Packaging company Orora is optimistic about its profit prospects for the current fiscal year, despite an uncertain economic outlook in key markets. In Australia, where inflation continues to rise and consumers are tightening their budgets due to increased interest rates, Orora remains confident in its ability to maintain profitability.
For the 12 months ending in June, Orora reported a statutory net profit of AUD 184.8 million, a slight decrease of 1.2% compared to the previous year.

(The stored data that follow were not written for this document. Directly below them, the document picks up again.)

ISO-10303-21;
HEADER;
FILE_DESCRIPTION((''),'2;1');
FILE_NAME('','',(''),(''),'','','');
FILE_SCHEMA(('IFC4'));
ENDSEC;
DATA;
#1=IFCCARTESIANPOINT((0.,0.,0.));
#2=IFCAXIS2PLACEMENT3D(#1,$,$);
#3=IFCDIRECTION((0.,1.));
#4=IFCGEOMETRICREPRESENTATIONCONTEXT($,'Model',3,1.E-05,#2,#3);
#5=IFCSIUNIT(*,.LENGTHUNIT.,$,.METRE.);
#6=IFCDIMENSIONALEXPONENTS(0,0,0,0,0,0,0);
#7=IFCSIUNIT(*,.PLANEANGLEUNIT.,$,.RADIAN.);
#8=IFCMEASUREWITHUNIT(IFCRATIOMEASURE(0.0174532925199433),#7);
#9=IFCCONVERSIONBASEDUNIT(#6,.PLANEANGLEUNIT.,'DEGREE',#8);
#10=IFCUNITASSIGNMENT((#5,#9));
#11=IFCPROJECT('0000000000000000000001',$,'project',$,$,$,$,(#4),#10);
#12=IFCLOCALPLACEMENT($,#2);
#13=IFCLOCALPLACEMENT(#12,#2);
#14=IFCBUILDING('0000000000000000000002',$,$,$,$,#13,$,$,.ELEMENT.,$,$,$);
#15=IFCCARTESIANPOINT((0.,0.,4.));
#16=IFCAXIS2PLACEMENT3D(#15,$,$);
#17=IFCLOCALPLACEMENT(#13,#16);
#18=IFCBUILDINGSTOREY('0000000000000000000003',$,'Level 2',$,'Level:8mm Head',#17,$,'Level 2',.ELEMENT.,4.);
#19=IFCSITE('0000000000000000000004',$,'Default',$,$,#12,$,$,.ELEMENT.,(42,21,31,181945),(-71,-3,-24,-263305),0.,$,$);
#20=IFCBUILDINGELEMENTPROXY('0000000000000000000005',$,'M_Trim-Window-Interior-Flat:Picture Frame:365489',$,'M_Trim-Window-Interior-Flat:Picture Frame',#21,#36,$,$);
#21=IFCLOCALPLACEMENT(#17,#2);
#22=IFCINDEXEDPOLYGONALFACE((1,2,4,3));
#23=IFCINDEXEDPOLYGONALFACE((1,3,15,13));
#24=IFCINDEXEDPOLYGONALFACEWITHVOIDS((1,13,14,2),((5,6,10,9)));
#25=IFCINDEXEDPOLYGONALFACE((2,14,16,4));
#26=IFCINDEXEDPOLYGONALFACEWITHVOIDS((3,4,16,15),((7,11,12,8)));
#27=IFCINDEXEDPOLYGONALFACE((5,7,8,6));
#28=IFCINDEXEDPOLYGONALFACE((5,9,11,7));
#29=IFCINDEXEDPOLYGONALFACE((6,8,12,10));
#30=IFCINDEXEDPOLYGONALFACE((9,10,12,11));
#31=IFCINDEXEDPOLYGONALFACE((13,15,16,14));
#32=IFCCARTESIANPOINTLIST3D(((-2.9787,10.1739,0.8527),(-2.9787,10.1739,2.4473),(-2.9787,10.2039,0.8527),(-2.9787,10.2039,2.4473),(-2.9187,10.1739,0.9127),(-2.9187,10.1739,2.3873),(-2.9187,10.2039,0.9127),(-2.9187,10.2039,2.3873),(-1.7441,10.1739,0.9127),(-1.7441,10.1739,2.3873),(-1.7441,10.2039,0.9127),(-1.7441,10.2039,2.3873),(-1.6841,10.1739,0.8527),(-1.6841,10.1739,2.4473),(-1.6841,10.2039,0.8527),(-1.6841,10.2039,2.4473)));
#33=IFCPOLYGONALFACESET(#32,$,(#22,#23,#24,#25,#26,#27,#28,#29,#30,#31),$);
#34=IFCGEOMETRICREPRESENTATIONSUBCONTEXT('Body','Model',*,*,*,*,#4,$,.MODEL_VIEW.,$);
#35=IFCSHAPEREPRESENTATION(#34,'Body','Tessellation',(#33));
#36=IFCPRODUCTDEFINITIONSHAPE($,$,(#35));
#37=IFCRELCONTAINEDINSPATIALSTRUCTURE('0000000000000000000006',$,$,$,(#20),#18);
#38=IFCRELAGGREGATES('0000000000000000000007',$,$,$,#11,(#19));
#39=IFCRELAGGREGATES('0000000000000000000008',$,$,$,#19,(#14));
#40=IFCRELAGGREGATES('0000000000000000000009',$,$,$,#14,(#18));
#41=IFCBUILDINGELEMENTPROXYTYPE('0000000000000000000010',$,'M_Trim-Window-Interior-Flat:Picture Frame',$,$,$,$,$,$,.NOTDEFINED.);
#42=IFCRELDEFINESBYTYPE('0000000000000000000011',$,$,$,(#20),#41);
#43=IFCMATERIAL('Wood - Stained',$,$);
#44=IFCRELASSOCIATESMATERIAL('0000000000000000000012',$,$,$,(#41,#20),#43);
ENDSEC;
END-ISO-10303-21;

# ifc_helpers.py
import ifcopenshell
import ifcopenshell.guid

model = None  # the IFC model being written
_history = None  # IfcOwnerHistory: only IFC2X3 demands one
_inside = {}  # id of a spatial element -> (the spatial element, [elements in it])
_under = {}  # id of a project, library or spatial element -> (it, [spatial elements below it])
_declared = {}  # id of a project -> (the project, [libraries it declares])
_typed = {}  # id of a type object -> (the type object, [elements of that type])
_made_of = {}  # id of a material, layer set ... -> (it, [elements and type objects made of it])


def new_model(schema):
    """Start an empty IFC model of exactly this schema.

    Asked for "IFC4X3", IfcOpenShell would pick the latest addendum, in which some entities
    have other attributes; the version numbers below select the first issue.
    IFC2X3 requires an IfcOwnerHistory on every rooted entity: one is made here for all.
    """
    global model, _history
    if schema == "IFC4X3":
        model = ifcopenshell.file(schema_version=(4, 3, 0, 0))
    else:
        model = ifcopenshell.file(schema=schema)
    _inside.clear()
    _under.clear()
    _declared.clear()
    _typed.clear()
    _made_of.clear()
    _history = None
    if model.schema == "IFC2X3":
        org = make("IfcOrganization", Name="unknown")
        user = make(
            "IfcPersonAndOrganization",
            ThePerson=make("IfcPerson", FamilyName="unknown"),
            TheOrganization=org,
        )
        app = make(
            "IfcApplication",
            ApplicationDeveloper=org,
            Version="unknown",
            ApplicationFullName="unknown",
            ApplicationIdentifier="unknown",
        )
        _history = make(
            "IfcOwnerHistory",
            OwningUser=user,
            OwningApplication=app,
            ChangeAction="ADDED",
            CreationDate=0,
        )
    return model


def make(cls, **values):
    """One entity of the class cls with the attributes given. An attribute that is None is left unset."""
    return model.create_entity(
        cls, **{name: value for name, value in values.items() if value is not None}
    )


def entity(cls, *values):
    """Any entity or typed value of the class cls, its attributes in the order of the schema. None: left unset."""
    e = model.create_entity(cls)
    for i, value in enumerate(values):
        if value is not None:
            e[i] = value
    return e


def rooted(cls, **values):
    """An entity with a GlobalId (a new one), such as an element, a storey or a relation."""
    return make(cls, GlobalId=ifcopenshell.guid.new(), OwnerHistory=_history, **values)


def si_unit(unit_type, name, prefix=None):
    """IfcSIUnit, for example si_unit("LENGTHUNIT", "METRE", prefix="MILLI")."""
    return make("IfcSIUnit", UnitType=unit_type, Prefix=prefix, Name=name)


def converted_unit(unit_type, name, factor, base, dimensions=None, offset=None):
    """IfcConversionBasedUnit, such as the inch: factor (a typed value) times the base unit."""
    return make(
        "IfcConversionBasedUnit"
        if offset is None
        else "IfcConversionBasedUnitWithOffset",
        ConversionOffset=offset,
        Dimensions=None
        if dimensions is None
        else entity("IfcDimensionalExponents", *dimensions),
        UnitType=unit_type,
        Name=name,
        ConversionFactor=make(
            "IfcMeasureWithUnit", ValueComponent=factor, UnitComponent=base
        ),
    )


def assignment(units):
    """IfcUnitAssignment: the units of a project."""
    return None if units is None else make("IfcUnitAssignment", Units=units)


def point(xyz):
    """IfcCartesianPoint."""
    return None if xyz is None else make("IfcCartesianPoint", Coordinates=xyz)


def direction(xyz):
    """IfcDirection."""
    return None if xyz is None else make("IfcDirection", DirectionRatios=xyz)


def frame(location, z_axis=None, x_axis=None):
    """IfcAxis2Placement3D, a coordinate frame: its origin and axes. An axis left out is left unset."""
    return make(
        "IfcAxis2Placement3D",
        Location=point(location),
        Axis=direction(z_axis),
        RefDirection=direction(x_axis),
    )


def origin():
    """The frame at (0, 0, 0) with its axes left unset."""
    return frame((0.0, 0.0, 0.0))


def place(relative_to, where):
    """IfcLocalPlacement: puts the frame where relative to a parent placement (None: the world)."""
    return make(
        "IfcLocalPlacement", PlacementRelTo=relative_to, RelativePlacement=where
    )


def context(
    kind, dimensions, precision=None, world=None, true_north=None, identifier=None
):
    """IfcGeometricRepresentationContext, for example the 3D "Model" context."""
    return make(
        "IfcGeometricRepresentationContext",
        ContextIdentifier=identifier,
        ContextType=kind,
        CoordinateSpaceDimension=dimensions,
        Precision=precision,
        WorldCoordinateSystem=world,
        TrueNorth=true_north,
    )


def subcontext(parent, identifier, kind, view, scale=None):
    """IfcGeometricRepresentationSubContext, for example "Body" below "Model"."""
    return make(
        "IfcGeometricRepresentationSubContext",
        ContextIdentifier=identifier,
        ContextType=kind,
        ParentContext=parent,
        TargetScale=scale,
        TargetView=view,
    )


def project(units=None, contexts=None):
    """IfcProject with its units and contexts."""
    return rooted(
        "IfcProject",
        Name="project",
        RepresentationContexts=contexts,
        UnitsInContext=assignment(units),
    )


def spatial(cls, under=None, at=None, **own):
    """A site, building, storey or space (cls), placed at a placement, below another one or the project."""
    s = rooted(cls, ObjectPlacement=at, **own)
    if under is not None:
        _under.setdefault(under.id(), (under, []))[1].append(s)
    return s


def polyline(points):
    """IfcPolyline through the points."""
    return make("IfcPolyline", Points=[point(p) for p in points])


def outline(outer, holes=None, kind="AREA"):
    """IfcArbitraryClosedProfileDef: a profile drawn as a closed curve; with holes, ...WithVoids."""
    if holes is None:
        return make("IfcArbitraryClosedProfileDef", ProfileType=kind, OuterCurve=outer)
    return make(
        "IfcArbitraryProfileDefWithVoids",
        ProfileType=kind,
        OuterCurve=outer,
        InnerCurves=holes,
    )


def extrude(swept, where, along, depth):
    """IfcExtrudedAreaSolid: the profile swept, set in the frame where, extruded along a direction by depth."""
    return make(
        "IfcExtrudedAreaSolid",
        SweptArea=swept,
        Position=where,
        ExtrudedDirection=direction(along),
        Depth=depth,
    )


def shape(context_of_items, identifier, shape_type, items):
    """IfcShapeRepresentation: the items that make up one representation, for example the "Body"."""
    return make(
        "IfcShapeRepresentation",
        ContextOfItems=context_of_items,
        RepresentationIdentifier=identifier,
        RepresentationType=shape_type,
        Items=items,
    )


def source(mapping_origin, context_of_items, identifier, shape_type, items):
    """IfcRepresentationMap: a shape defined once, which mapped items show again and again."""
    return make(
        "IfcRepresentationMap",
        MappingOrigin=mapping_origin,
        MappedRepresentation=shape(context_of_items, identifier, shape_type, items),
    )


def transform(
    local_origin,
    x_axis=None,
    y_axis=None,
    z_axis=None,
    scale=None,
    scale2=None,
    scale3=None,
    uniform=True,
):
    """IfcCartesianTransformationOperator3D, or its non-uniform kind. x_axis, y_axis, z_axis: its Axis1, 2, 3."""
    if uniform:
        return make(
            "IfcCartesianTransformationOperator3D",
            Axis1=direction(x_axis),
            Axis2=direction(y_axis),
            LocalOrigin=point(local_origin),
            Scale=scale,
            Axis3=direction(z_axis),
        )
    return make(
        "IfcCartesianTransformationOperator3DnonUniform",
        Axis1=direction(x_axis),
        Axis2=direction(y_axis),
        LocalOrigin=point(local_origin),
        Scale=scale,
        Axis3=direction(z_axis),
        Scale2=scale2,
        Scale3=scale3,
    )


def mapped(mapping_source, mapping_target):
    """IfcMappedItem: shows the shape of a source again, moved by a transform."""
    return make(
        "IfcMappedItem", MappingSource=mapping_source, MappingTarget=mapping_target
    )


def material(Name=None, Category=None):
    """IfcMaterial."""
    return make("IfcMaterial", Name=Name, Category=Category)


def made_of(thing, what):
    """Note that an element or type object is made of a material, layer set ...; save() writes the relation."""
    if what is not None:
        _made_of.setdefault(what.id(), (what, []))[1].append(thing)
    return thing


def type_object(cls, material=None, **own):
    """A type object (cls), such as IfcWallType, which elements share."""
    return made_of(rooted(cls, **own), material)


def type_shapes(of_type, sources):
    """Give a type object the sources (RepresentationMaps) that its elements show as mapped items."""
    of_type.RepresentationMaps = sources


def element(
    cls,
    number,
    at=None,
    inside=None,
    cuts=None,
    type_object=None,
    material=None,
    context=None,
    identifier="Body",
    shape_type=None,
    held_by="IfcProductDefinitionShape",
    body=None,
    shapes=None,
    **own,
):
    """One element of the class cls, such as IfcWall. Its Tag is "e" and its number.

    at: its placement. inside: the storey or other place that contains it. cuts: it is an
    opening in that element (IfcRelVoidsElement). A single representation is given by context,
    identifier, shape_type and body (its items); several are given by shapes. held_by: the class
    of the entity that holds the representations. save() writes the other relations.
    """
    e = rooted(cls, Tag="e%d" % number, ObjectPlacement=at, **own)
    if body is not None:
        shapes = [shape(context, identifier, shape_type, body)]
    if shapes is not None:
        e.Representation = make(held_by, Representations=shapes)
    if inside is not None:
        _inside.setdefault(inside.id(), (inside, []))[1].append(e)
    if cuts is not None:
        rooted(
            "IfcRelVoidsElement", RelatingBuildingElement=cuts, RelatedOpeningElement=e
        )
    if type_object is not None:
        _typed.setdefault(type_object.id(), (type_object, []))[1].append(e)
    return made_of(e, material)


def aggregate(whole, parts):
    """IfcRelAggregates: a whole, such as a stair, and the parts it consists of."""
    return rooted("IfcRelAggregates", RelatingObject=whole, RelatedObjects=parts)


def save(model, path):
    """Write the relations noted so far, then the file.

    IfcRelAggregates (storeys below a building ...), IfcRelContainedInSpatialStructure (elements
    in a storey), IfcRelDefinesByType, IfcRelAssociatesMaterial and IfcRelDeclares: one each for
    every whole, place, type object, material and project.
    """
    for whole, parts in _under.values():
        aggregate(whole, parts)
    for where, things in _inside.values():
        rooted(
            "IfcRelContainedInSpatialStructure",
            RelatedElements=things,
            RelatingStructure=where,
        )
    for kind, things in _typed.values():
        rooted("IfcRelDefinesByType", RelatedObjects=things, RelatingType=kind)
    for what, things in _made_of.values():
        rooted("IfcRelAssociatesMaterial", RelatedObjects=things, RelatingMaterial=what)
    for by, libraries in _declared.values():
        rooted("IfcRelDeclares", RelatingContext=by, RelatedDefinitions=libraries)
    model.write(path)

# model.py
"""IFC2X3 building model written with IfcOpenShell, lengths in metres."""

from ifc_helpers import new_model, entity, si_unit, converted_unit, direction, frame, origin, place, context, subcontext, project, spatial, polyline, outline, extrude, source, transform, mapped, material, type_object, type_shapes, element, save


model = new_model("IFC2X3")

# Units and contexts
model_context = context("Model", 3, precision=1e-05, world=origin(), true_north=direction((0.0, 1.0)))
body_context = subcontext(model_context, "Body", "Model", "MODEL_VIEW")
ifc_project = project(units=[si_unit("LENGTHUNIT", "METRE"), converted_unit("PLANEANGLEUNIT", "DEGREE", entity("IfcRatioMeasure", 0.0174532925199433), si_unit("PLANEANGLEUNIT", "RADIAN"), dimensions=[0, 0, 0, 0, 0, 0, 0])], contexts=[model_context])

# Site, building, storey
site_placement = place(None, origin())
site = spatial("IfcSite", under=ifc_project, at=site_placement, Name="Default", CompositionType="ELEMENT", RefLatitude=(42, 21, 31, 181945), RefLongitude=(-71, -3, -24, -263305), RefElevation=0.0)
building_placement = place(site_placement, origin())
building = spatial("IfcBuilding", under=site, at=building_placement, CompositionType="ELEMENT")
storey_placement = place(building_placement, frame((0.0, 0.0, 4.0)))
storey = spatial("IfcBuildingStorey", under=building, at=storey_placement, Name="Level 2", ObjectType="Level:8mm Head", LongName="Level 2", CompositionType="ELEMENT", Elevation=4.0)

# Shared definitions
ifc_material_1 = material(Name="Wood - Stained")

# Shared definitions
building_element_proxy_type_1 = type_object("IfcBuildingElementProxyType", Name="M_Trim-Window-Interior-Flat:Picture Frame", PredefinedType="NOTDEFINED", material=ifc_material_1)
shared_shape_1 = source(origin(), body_context, "Body", "SweptSolid", [
    extrude(outline(polyline([(-0.6473, -0.7973), (0.6473, -0.7973), (0.6473, 0.7973), (-0.6473, 0.7973), (-0.6473, -0.7973)]), holes=[polyline([(-0.5873, -0.7373), (-0.5873, 0.7373), (0.5873, 0.7373), (0.5873, -0.7373), (-0.5873, -0.7373)])]), frame((0.0, -0.75, 0.0), z_axis=(0.0, 0.0, 1.0), x_axis=(-1.0, 0.0, 0.0)), (0.0, 0.0, 1.0), 0.03),
])
type_shapes(building_element_proxy_type_1, [shared_shape_1])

However, underlying profit before significant items increased by 8.5% to AUD 203.0 million, excluding the impact of currency fluctuations.
To reward shareholders, directors declared a final dividend of 9.0 Australian cents per share, exceeding the previous year's payout of 8.5 cents. Despite the challenges faced during the COVID-19 pandemic in 2020, Orora has consistently increased its annual dividend.
Orora has experienced a boost in sales of beverage cans due to changing consumer preferences and concerns surrounding the environmental impact of plastic packaging, particularly for soft drinks. The company's largest customer, Coca-Cola Europacific Partners, has recently launched a canning line in Moorabbin, Australia, which utilizes Orora's products.
"Despite ongoing global economic uncertainties, we expect higher earnings for the Group in FY 2024, reflecting the continuing resilience of our business," said Rob Sindel, Orora's chairman.